# Series that left a hole in you once finished them



## Spotted_Tiger (Sep 25, 2012)

We all watch those series from time to time that leave an impact on you and it feels like a part of you is missing once you finish it.

Those series for me have been Angel Beats, Gurren Lagann, Cowboy Bebop, Dragon Ball Z, Avatar and Arrested Development.

Apologies for the weabooness.


----------



## Zenia (Sep 25, 2012)

I have to say that it would be my two favorite (ended) series, Buffy and Xena. Although they ended well, I still miss watching them.


----------



## Caedman (Sep 25, 2012)

Terra Nova... yeah, it was a tired storyline before it really got started, but some of the episodes were excellent.
The Dresden Files: I loved this show!
Firefly: Beating a dead horse...


----------



## mrfoxwily (Sep 25, 2012)

The star fox game series, since you never said I couldn't. :3


----------



## Ames (Sep 25, 2012)

Samurai Champloo.  There will never be anything quite like that amalgamation of traditional and pop japanese culture ever again...

[video=youtube;4OuRajFzMYI]http://www.youtube.com/watch?v=4OuRajFzMYI[/video]


----------



## Zydrate Junkie (Sep 25, 2012)

The Black Adder series. The end of the fourth one was so sad


----------



## Twylyght (Sep 25, 2012)

Farscape, Babylon 5, Gargoyles, Pirates of Dark Water, and Angel.  The way they all ended left me feeling like there should have been more.  In one case, there was more...but the show got cancelled before it could finish.


----------



## Heliophobic (Sep 25, 2012)

Supernatural in a way. Both of my parents are fans of the show, so I've seen bits and pieces. Even full episodes.

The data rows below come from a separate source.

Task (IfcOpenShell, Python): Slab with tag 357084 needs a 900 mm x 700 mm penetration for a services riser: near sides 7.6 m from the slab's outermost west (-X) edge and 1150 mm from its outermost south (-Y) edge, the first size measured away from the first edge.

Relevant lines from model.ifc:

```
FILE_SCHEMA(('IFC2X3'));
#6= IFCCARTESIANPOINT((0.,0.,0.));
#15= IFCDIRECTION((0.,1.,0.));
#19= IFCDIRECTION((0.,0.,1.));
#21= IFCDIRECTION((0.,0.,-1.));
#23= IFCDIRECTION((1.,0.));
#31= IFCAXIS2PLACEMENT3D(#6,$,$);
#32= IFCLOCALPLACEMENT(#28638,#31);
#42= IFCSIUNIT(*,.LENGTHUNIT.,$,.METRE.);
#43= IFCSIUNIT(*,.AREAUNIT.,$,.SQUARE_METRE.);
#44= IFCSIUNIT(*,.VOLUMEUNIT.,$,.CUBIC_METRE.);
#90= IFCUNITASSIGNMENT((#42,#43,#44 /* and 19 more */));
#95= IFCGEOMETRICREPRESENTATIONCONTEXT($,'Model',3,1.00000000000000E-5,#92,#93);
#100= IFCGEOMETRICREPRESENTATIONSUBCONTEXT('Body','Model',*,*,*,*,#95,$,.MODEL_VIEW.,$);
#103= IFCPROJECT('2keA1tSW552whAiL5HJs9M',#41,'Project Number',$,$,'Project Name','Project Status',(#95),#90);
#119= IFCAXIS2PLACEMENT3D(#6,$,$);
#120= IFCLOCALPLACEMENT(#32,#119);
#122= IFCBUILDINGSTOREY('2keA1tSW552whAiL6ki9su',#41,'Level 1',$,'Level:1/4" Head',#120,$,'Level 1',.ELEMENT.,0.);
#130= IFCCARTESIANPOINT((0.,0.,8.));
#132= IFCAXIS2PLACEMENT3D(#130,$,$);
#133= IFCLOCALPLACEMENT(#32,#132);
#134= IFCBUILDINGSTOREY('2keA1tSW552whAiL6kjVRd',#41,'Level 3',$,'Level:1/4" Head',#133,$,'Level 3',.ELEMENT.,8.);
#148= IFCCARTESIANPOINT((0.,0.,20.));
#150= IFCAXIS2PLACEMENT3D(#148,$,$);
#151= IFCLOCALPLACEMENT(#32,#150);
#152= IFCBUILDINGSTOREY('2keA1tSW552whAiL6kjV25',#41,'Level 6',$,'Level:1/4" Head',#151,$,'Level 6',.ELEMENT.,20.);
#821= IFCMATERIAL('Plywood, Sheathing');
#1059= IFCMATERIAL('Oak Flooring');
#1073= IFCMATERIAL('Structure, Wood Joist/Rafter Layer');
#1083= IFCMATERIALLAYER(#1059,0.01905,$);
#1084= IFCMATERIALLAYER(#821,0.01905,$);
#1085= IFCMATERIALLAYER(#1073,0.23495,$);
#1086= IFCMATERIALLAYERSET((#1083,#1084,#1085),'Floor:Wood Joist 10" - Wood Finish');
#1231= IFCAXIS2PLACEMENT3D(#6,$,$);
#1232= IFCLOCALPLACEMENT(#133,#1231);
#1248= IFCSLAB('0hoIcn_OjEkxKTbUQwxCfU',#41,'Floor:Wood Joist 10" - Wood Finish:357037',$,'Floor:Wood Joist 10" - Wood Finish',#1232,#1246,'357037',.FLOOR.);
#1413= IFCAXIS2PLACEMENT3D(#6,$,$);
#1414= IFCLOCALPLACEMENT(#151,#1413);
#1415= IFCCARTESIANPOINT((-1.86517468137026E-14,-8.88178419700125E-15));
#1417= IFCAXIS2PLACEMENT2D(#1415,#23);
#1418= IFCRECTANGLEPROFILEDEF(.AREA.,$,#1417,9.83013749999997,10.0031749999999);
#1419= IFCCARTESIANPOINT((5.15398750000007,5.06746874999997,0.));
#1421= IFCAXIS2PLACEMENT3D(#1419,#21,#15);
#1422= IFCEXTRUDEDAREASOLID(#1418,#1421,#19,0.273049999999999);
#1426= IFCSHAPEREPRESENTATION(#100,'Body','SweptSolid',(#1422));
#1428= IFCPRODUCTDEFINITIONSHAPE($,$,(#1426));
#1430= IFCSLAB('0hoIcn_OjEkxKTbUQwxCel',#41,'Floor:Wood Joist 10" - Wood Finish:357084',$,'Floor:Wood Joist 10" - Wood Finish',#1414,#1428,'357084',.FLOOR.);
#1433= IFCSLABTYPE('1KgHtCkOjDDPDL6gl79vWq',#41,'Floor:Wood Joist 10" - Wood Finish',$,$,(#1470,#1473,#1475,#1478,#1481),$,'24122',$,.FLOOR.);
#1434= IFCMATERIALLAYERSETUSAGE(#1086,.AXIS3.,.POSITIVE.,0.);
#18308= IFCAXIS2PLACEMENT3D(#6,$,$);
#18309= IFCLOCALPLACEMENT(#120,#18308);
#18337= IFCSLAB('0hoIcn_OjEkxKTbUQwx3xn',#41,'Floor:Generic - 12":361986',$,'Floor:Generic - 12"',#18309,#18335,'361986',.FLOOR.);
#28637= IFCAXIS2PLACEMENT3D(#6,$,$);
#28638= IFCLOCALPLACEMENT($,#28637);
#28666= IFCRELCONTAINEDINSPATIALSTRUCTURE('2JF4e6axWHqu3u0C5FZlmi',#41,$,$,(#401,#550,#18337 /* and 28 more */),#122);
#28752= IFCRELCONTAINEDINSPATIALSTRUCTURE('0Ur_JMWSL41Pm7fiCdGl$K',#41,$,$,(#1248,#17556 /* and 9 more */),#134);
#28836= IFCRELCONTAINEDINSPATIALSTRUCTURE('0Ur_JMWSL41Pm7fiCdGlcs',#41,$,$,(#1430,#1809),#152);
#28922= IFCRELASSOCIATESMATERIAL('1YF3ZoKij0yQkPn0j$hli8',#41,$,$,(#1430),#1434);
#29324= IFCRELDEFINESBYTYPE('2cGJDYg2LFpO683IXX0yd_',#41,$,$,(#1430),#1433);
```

```python
import numpy as np
import ifcopenshell
import ifcopenshell.api.feature
import ifcopenshell.api.geometry
import ifcopenshell.api.root
import ifcopenshell.geom
import ifcopenshell.util.placement
import ifcopenshell.util.representation
import ifcopenshell.util.shape
import ifcopenshell.util.unit

model = ifcopenshell.open("model.ifc")
unit_scale = ifcopenshell.util.unit.calculate_unit_scale(model)
settings = ifcopenshell.geom.settings()


def volume(element):
    """Net volume in cubic metres, openings subtracted."""
    shape = ifcopenshell.geom.create_shape(settings, element)
    return ifcopenshell.util.shape.get_volume(shape.geometry)


slab = model.by_guid("0hoIcn_OjEkxKTbUQwxCel")
before = volume(slab)

# Extent in the slab's own axes, in metres. The edges named are its -X and -Y sides.
slab_shape = ifcopenshell.geom.create_shape(settings, slab)
vertices = ifcopenshell.util.shape.get_vertices(slab_shape.geometry)
x_min, y_min, bottom = vertices.min(axis=0)
top = vertices[:, 2].max()

opening = ifcopenshell.api.root.create_entity(model, ifc_class="IfcOpeningElement", name="Services riser opening")
context = ifcopenshell.util.representation.get_context(model, "Model", "Body", "MODEL_VIEW")
width, depth = 0.9, 0.7
outline = [(0.0, 0.0), (width, 0.0), (width, depth), (0.0, depth), (0.0, 0.0)]
# Overshoot both faces by 50 mm so the cut is clean.
shape = ifcopenshell.api.geometry.add_slab_representation(
    model, context=context, depth=top - bottom + 0.1, polyline=outline
)
ifcopenshell.api.geometry.assign_representation(model, product=opening, representation=shape)

matrix = ifcopenshell.util.placement.get_local_placement(slab.ObjectPlacement)
matrix[:, 3] = matrix @ np.append(np.array([x_min + 7.6, y_min + 1.15, bottom - 0.05]) / unit_scale, 1.0)
ifcopenshell.api.geometry.edit_object_placement(model, product=opening, matrix=matrix, is_si=False)
ifcopenshell.api.feature.add_feature(model, feature=opening, element=slab)

after = volume(slab)

print(f"slab volume {before:.3f} -> {after:.3f} m3")

model.write("model-out.ifc")
```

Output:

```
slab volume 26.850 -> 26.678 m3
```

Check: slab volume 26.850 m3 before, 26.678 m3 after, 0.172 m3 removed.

Once I started watching it, the plots seemed much shorter than they were before. Feels bard, mon.



mrfoxwily said:


> The star fox game series, since you never said I couldn't. :3



http://static2.fjcdn.com/comments/quot+where+do+you+think+we+are+quot+_1174794f8610b1f34358ebf3e0d3197b.jpg


----------



## Sutekh_the_Destroyer (Sep 25, 2012)

The cancellation of the original series of Doctor Who. It's a shame it got cancelled because just before it was it was starting to become really good again.


----------



## Teal (Sep 25, 2012)

Not exactly the same thing but every time I finish a game in the Zelda or Kingdom Hearts series I feel empty inside.

Also do not play on the 3DS for six hours non-stop, with the 3D on full blast. Trust me.


----------



## HipsterCoyote (Sep 25, 2012)

Dr. Who transition from David Tennant to Matt Smith.  The grandfather and Donna left a horrible hole in me D:. 

When I watch Anastasia (21st Century Fox) and also The Princess and the Frog (Disney) I find myself crying over the animation industry.

I know somebody who still gets super emotional about Madoka.


----------



## Teal (Sep 25, 2012)

I remember when I finished Code Lyoko. I had to watch the last episodes in french online because cartoonnetwork never aired the last episodes. Watched it all again on netflix. Such nostalgia. :3

And now I'm thrilled about season 5 :3 (Even though it has live action >_>)


----------



## Pingu (Sep 26, 2012)

Mine were 2 Aussie Shows that ran for a couple of seasons:

Rescue Special Ops 

and

Sea Patrol


----------



## dinosaurdammit (Sep 26, 2012)

monster rancher :C
wolves rain
angelic layer
witch hunter robin


dem feels man dem feels


----------



## Schwimmwagen (Sep 26, 2012)

Zydrate Junkie said:


> The Black Adder series. The end of the fourth one was so sad



Oh god, yes. :[ I almost did a bawww. Every time I watch through the Blackadder series I always _don't_ watch that episode. Also they rolled around the idea for a 5th series with the cast as some 60s rock band called The Blackadder Five. They didn't do it. Then I bawwed.

Also, _Bottom_. Stupidest show I've ever watched (in that good way) but the ending was not expected. :[

One of my fave shows ever left a mark on me when I finished it, but a good one. Roots. c:


----------



## Dreaming (Sep 26, 2012)

Xiolin Showdown, I was so unbelievably pissed when it ended.


----------



## Teal (Sep 26, 2012)

Dreaming said:


> Xiolin Showdown, I was so unbelievably pissed when it ended.


 I loved that show.
They're bring it back you know. In 2013 as Xiolin Chronicles.


----------